World Day of the Poor

2020 World Day of the Poor – Sunday 15 November

Last updated – 22 April 2020

CSAN intends to produce a short piece for individuals, local churches and groups to mark the event. The theme will be on care in an ageing society, which has even more significance following the Covid-19 pandemic. We aim to publish the resource in the Summer. Donations towards this work would be welcome via the Donate button above.

For all-year-round materials, click Getting Involved on the menu at the top of this page.

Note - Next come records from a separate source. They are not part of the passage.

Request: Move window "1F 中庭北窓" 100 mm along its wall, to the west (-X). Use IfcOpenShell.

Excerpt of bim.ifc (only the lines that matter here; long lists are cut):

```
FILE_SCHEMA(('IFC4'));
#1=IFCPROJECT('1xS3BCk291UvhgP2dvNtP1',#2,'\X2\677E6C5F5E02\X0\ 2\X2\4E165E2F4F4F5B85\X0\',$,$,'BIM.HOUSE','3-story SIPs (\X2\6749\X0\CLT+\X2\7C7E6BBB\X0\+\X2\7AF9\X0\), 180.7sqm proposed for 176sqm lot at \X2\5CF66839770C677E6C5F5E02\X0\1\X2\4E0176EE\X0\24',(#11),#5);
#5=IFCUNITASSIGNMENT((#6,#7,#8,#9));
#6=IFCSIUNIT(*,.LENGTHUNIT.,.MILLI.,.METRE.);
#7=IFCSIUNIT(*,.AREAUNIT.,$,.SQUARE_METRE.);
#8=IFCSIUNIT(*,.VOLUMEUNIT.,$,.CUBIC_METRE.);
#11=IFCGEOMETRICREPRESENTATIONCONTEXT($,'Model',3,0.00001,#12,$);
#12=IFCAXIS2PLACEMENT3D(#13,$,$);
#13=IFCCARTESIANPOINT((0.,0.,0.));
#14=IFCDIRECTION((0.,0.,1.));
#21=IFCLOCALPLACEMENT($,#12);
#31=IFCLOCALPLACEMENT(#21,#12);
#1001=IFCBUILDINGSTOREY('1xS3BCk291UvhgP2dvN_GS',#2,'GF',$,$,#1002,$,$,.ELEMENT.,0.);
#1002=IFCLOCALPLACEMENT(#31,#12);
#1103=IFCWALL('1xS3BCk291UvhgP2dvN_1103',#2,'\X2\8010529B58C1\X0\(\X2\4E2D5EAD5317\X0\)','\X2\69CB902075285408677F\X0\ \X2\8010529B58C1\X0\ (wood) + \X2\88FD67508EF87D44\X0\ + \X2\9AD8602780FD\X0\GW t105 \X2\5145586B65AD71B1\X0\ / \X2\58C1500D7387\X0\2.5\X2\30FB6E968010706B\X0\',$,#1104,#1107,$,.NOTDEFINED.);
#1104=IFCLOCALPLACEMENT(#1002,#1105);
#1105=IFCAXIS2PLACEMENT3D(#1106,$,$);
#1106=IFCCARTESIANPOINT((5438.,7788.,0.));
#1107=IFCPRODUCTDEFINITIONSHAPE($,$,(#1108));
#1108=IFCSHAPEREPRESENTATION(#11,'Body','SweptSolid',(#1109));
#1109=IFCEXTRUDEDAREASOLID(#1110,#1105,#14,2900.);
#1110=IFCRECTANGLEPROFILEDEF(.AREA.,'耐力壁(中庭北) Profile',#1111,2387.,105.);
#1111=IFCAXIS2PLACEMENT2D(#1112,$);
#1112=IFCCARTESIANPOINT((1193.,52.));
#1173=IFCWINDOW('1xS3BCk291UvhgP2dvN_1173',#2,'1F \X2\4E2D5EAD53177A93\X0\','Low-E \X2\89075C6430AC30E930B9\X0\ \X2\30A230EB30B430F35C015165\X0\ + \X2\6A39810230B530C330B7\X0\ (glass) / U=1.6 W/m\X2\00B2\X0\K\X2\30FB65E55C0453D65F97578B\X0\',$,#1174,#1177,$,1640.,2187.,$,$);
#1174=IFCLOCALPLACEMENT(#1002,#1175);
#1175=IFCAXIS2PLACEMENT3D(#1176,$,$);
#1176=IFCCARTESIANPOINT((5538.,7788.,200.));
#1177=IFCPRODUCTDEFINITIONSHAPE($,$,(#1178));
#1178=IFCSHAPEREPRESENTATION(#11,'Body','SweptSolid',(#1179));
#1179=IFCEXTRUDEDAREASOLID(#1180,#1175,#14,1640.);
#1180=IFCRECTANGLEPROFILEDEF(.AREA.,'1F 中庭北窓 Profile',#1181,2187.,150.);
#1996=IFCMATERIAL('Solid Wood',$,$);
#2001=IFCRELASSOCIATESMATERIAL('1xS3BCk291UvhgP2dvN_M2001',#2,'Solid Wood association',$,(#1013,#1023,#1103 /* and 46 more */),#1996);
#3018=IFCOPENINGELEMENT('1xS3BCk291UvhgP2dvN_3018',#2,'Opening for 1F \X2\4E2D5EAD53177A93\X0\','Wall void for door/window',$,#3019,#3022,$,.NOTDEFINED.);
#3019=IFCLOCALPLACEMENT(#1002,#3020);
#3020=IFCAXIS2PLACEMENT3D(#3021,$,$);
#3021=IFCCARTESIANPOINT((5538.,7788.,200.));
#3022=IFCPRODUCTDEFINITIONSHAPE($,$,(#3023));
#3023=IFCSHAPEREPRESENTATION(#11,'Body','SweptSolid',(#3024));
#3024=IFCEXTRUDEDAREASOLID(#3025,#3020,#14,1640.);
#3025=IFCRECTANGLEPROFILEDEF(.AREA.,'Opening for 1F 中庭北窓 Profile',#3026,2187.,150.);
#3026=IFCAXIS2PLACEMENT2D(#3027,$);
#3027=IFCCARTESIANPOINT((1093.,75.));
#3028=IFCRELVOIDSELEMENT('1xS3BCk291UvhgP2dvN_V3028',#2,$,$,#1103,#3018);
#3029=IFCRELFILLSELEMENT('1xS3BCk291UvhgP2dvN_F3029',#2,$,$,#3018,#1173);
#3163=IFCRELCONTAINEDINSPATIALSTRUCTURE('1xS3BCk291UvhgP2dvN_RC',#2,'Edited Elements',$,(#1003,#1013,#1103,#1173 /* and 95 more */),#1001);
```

```python
import ifcopenshell
import ifcopenshell.api.geometry
import ifcopenshell.util.placement

model = ifcopenshell.open("bim.ifc")

window = model.by_id(1173)
opening = window.FillsVoids[0].RelatingOpeningElement
wall = opening.VoidsElements[0].RelatingBuildingElement

wall_matrix = ifcopenshell.util.placement.get_local_placement(wall.ObjectPlacement)
shift = wall_matrix[:3, 0] * -100.0
before = ifcopenshell.util.placement.get_local_placement(window.ObjectPlacement)[:3, 3].copy()

# The window is not placed relative to its opening, so move both.
for product in (opening, window):
    matrix = ifcopenshell.util.placement.get_local_placement(product.ObjectPlacement)
    matrix[:3, 3] += shift
    ifcopenshell.api.geometry.edit_object_placement(model, product=product, matrix=matrix, is_si=False)

after = ifcopenshell.util.placement.get_local_placement(window.ObjectPlacement)[:3, 3]
print("window moved by", (after - before).round(3) + 0.0)

model.write("bim-out.ifc")
```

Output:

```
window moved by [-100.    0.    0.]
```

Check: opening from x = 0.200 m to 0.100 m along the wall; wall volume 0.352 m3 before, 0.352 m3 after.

2019 World Day of the Poor

In his message for the third World Day of the Poor, celebrated on 17 November 2019, Pope Francis reminds us that “the poor are not numbers, but people”, to be assisted, accompanied, protected, defended and saved. He recalled that this is not possible without the humility of listening, the charism of the whole, the courage of renunciation. He reminded us that to “follow the way of charity, of humility and of listening means lending an ear to the little ones”, because God reveals himself through them. And he asked us not to look down on anyone from above. “You can only look down at a person from above,” he insisted, “in order to help them get up”.During his audience with delegates of the Caritas Internationalis General Assembly on 27 May 2019, the Pope called for serious action in this regard. He urged us to live our mission with a style of poverty, gratuitousness and humility. He insisted that we cannot live charity without having interpersonal relationships with the poor: living with and for the poor. He denounced any hypocritical and deceptive charity that merely gives alms, and acts as if to salve our worried conscience. For the Pope, charity is not to be equated with philanthropic effectiveness, planning efficiency or even an overstated and agitated organisation. He invited us to cultivate a personal encounter with Christ, in order to meet him in the poor (see Matt. 25).CSAN is publishing three blog articles for the 2019 World Day of the Poor.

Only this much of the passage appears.